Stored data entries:
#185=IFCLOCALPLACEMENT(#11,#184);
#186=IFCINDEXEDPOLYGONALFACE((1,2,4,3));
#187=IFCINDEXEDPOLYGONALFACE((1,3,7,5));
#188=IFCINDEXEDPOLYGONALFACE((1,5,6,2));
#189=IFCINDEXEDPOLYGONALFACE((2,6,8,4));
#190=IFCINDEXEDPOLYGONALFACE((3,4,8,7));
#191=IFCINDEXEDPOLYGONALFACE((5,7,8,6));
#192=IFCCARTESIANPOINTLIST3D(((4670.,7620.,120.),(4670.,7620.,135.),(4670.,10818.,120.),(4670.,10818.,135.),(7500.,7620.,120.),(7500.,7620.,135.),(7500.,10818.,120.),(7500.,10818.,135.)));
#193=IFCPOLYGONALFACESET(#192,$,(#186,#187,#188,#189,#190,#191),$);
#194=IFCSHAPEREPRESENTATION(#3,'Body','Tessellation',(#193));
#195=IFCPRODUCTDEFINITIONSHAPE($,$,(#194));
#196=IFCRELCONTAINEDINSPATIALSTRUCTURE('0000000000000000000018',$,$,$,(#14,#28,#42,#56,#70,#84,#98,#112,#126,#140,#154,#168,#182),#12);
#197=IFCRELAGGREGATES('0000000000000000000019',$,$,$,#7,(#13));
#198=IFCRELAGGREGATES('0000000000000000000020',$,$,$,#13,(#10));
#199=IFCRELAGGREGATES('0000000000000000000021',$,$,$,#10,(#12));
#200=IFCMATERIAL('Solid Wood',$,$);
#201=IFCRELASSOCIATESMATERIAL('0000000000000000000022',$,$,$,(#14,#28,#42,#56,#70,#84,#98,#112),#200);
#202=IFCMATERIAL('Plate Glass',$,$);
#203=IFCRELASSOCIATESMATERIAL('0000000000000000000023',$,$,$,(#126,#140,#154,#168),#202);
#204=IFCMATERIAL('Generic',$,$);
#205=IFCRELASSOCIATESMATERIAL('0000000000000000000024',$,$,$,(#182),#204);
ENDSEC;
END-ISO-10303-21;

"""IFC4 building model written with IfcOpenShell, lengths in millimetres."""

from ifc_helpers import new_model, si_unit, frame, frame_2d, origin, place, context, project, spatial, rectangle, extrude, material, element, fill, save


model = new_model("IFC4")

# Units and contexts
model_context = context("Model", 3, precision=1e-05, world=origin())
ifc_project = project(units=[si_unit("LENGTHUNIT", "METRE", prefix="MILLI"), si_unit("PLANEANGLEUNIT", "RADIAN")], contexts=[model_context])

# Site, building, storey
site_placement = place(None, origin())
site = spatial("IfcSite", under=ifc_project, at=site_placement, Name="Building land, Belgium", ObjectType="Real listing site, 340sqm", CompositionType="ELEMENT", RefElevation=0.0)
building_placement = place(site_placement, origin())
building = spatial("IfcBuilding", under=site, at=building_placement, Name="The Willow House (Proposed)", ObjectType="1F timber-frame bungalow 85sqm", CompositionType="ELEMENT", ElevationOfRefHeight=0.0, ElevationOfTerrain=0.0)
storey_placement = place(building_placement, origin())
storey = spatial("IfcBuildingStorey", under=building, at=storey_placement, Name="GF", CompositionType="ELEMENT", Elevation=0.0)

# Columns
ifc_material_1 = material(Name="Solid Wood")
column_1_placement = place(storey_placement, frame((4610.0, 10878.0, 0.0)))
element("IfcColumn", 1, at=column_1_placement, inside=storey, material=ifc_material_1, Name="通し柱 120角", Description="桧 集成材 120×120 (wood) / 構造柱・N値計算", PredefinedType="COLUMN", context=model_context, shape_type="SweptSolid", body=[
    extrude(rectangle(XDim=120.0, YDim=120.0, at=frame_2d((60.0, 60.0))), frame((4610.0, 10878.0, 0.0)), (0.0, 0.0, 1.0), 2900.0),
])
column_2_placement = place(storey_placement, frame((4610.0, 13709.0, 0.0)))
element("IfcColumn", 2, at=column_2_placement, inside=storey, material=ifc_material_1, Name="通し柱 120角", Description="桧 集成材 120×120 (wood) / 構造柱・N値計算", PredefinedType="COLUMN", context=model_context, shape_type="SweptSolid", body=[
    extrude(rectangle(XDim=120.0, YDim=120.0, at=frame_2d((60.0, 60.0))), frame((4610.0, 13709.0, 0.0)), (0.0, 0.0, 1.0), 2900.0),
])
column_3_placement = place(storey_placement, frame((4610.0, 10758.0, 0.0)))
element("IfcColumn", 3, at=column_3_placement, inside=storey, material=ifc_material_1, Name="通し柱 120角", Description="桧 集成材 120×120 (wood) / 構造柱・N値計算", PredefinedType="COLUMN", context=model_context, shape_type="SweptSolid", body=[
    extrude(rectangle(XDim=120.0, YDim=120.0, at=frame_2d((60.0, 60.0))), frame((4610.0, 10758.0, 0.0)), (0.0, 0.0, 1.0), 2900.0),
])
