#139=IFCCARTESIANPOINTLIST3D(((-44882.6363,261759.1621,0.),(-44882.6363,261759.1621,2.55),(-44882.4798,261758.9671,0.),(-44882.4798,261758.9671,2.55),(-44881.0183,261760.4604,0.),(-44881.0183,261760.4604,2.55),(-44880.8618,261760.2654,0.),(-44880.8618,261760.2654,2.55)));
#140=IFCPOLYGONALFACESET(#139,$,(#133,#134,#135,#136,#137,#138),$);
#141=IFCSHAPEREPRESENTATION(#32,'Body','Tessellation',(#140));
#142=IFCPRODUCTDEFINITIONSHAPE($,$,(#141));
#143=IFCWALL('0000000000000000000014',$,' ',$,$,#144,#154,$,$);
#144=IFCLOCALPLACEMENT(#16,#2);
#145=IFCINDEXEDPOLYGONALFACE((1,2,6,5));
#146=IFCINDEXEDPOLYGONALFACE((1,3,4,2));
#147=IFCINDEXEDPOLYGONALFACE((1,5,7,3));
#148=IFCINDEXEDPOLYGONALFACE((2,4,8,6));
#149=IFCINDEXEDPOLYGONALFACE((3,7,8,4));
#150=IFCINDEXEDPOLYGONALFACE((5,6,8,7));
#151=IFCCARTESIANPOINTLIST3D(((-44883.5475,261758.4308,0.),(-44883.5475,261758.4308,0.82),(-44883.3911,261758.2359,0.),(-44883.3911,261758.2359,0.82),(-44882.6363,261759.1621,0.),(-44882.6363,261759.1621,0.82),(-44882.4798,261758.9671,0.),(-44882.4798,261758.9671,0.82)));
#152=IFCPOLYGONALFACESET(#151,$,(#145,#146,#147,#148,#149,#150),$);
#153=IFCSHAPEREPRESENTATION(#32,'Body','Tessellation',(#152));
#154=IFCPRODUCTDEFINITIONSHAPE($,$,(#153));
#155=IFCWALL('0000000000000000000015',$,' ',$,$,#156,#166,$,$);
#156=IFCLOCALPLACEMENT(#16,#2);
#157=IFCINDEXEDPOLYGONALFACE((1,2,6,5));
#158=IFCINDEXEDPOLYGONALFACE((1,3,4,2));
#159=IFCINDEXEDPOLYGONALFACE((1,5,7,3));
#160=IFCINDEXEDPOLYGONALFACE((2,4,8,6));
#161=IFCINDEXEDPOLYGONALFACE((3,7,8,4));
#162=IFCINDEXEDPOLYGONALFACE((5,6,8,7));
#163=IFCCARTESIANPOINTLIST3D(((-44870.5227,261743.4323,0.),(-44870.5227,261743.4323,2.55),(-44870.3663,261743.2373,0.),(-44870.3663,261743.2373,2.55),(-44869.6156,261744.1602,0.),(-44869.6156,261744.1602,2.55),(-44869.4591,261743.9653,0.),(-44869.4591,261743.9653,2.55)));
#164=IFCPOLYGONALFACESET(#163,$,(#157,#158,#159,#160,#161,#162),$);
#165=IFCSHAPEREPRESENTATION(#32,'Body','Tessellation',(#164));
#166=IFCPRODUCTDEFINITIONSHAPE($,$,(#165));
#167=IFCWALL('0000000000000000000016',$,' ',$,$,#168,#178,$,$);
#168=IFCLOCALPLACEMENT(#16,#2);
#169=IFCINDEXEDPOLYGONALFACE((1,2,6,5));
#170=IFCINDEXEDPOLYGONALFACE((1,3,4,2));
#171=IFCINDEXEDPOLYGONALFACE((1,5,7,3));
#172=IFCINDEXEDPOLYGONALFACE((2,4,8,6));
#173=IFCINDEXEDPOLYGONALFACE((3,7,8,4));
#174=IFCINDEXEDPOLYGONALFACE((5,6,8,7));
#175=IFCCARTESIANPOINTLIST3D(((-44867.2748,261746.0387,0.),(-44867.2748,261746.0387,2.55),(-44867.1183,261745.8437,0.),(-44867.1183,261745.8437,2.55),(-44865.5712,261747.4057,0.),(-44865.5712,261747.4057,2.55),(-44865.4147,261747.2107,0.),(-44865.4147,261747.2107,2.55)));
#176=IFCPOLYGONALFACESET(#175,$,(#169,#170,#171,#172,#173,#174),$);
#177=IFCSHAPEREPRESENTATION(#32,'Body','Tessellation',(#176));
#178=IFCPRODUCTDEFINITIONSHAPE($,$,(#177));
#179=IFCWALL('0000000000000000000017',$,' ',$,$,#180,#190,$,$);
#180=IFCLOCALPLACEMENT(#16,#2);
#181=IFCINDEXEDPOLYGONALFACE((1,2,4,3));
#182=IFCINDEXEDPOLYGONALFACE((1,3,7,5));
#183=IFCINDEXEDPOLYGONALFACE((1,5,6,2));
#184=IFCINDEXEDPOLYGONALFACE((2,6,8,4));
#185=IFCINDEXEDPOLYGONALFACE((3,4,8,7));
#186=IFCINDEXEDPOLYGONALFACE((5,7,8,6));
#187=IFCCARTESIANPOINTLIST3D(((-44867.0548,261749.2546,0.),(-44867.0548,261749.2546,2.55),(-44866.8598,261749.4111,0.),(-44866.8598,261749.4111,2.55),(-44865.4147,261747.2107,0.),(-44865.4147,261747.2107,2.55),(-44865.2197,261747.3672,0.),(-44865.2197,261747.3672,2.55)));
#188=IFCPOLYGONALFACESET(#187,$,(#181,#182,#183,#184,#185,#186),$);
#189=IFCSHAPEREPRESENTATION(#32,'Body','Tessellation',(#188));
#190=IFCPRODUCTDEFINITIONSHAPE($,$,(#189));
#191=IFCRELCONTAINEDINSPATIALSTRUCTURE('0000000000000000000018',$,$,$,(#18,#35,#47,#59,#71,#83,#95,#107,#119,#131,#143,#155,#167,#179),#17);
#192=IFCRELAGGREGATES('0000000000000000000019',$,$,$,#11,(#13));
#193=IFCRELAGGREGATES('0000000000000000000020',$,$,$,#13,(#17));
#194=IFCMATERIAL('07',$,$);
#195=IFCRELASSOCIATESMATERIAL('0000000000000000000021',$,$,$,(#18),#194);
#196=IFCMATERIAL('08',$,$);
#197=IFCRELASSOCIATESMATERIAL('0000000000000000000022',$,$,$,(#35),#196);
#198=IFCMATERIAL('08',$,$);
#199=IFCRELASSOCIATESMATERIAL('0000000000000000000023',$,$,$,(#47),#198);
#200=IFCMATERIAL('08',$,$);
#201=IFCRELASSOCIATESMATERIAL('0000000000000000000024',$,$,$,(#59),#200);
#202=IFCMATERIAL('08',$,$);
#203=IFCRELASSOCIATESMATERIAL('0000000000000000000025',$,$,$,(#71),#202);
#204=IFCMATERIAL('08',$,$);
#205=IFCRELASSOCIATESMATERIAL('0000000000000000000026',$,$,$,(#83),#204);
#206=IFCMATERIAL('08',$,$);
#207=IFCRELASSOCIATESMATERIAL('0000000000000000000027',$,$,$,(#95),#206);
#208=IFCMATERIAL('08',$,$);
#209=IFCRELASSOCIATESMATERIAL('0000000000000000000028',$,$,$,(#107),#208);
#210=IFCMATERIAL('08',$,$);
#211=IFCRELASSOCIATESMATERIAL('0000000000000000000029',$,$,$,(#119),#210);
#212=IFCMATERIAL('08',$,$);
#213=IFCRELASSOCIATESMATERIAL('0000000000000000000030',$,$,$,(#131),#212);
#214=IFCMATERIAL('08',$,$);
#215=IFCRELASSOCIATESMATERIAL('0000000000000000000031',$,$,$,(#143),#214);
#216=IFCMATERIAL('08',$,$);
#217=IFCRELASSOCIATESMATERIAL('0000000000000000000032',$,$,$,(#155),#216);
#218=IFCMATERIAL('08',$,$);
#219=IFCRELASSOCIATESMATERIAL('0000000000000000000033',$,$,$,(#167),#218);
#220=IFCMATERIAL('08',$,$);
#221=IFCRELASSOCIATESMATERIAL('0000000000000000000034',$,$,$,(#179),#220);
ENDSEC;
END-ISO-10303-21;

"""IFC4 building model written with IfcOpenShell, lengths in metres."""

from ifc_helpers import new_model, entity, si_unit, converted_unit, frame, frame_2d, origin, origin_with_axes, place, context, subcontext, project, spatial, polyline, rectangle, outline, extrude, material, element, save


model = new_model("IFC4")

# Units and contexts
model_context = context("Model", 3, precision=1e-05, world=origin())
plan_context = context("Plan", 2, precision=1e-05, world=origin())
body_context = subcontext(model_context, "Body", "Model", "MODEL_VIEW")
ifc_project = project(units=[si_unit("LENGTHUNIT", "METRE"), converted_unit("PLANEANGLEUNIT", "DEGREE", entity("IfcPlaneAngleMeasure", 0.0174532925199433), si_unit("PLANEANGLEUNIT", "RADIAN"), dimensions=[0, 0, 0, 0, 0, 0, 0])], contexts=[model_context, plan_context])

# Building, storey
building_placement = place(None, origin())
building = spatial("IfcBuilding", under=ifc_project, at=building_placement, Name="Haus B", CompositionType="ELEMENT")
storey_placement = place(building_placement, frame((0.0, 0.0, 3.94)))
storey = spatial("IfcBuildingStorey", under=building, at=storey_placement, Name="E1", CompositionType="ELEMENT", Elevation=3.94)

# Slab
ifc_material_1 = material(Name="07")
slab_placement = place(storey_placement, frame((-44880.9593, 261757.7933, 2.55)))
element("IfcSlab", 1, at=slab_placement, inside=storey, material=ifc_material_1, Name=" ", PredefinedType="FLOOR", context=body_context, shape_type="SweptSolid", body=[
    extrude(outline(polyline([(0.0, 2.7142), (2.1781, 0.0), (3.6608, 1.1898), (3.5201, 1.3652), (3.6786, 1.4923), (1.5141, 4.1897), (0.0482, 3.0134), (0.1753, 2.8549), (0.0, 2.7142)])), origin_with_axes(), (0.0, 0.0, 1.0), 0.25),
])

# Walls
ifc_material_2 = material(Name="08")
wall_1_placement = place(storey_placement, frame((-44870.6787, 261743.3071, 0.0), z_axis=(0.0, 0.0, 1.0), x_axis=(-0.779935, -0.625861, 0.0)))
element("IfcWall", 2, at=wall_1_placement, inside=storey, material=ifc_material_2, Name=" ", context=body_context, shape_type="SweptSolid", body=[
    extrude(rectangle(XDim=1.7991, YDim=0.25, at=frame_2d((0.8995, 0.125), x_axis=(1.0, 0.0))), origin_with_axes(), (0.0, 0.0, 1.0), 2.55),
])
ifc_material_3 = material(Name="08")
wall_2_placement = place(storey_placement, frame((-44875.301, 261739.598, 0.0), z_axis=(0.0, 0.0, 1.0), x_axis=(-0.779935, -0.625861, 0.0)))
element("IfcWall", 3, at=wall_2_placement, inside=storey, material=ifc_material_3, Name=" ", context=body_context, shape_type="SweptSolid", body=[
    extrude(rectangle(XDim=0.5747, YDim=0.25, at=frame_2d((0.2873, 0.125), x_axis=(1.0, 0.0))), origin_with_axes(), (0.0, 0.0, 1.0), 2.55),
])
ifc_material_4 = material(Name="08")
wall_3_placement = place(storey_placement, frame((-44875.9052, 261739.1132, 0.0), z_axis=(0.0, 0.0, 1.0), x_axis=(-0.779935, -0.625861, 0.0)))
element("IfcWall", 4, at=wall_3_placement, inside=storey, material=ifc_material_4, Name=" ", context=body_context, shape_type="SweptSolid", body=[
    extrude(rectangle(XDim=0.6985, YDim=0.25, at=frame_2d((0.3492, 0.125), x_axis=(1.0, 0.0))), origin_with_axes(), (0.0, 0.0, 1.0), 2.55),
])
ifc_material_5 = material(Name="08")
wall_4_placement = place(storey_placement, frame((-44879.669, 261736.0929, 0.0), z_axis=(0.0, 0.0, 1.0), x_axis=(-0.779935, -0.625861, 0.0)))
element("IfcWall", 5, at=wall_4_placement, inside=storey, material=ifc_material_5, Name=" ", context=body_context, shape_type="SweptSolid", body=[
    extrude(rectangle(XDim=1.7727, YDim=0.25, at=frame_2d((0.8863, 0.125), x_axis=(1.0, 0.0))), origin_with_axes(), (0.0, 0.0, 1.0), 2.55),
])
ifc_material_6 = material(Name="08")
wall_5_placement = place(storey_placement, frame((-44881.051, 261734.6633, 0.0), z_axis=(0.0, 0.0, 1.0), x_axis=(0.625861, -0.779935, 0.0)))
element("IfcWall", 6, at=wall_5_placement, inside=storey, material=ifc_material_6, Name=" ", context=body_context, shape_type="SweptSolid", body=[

Exercise brief >> Retype the entries above exactly, but only from the line containing "#204=IFCMATERIAL('08',$,$);" through the line containing "2, precision=1e-05, world=origin())", both included.

Exercise answer >>
#204=IFCMATERIAL('08',$,$);
#205=IFCRELASSOCIATESMATERIAL('0000000000000000000026',$,$,$,(#83),#204);
#206=IFCMATERIAL('08',$,$);
#207=IFCRELASSOCIATESMATERIAL('0000000000000000000027',$,$,$,(#95),#206);
#208=IFCMATERIAL('08',$,$);
#209=IFCRELASSOCIATESMATERIAL('0000000000000000000028',$,$,$,(#107),#208);
#210=IFCMATERIAL('08',$,$);
#211=IFCRELASSOCIATESMATERIAL('0000000000000000000029',$,$,$,(#119),#210);
#212=IFCMATERIAL('08',$,$);
#213=IFCRELASSOCIATESMATERIAL('0000000000000000000030',$,$,$,(#131),#212);
#214=IFCMATERIAL('08',$,$);
#215=IFCRELASSOCIATESMATERIAL('0000000000000000000031',$,$,$,(#143),#214);
#216=IFCMATERIAL('08',$,$);
#217=IFCRELASSOCIATESMATERIAL('0000000000000000000032',$,$,$,(#155),#216);
#218=IFCMATERIAL('08',$,$);
#219=IFCRELASSOCIATESMATERIAL('0000000000000000000033',$,$,$,(#167),#218);
#220=IFCMATERIAL('08',$,$);
#221=IFCRELASSOCIATESMATERIAL('0000000000000000000034',$,$,$,(#179),#220);
ENDSEC;
END-ISO-10303-21;

"""IFC4 building model written with IfcOpenShell, lengths in metres."""

from ifc_helpers import new_model, entity, si_unit, converted_unit, frame, frame_2d, origin, origin_with_axes, place, context, subcontext, project, spatial, polyline, rectangle, outline, extrude, material, element, save


model = new_model("IFC4")

# Units and contexts
model_context = context("Model", 3, precision=1e-05, world=origin())
plan_context = context("Plan", 2, precision=1e-05, world=origin())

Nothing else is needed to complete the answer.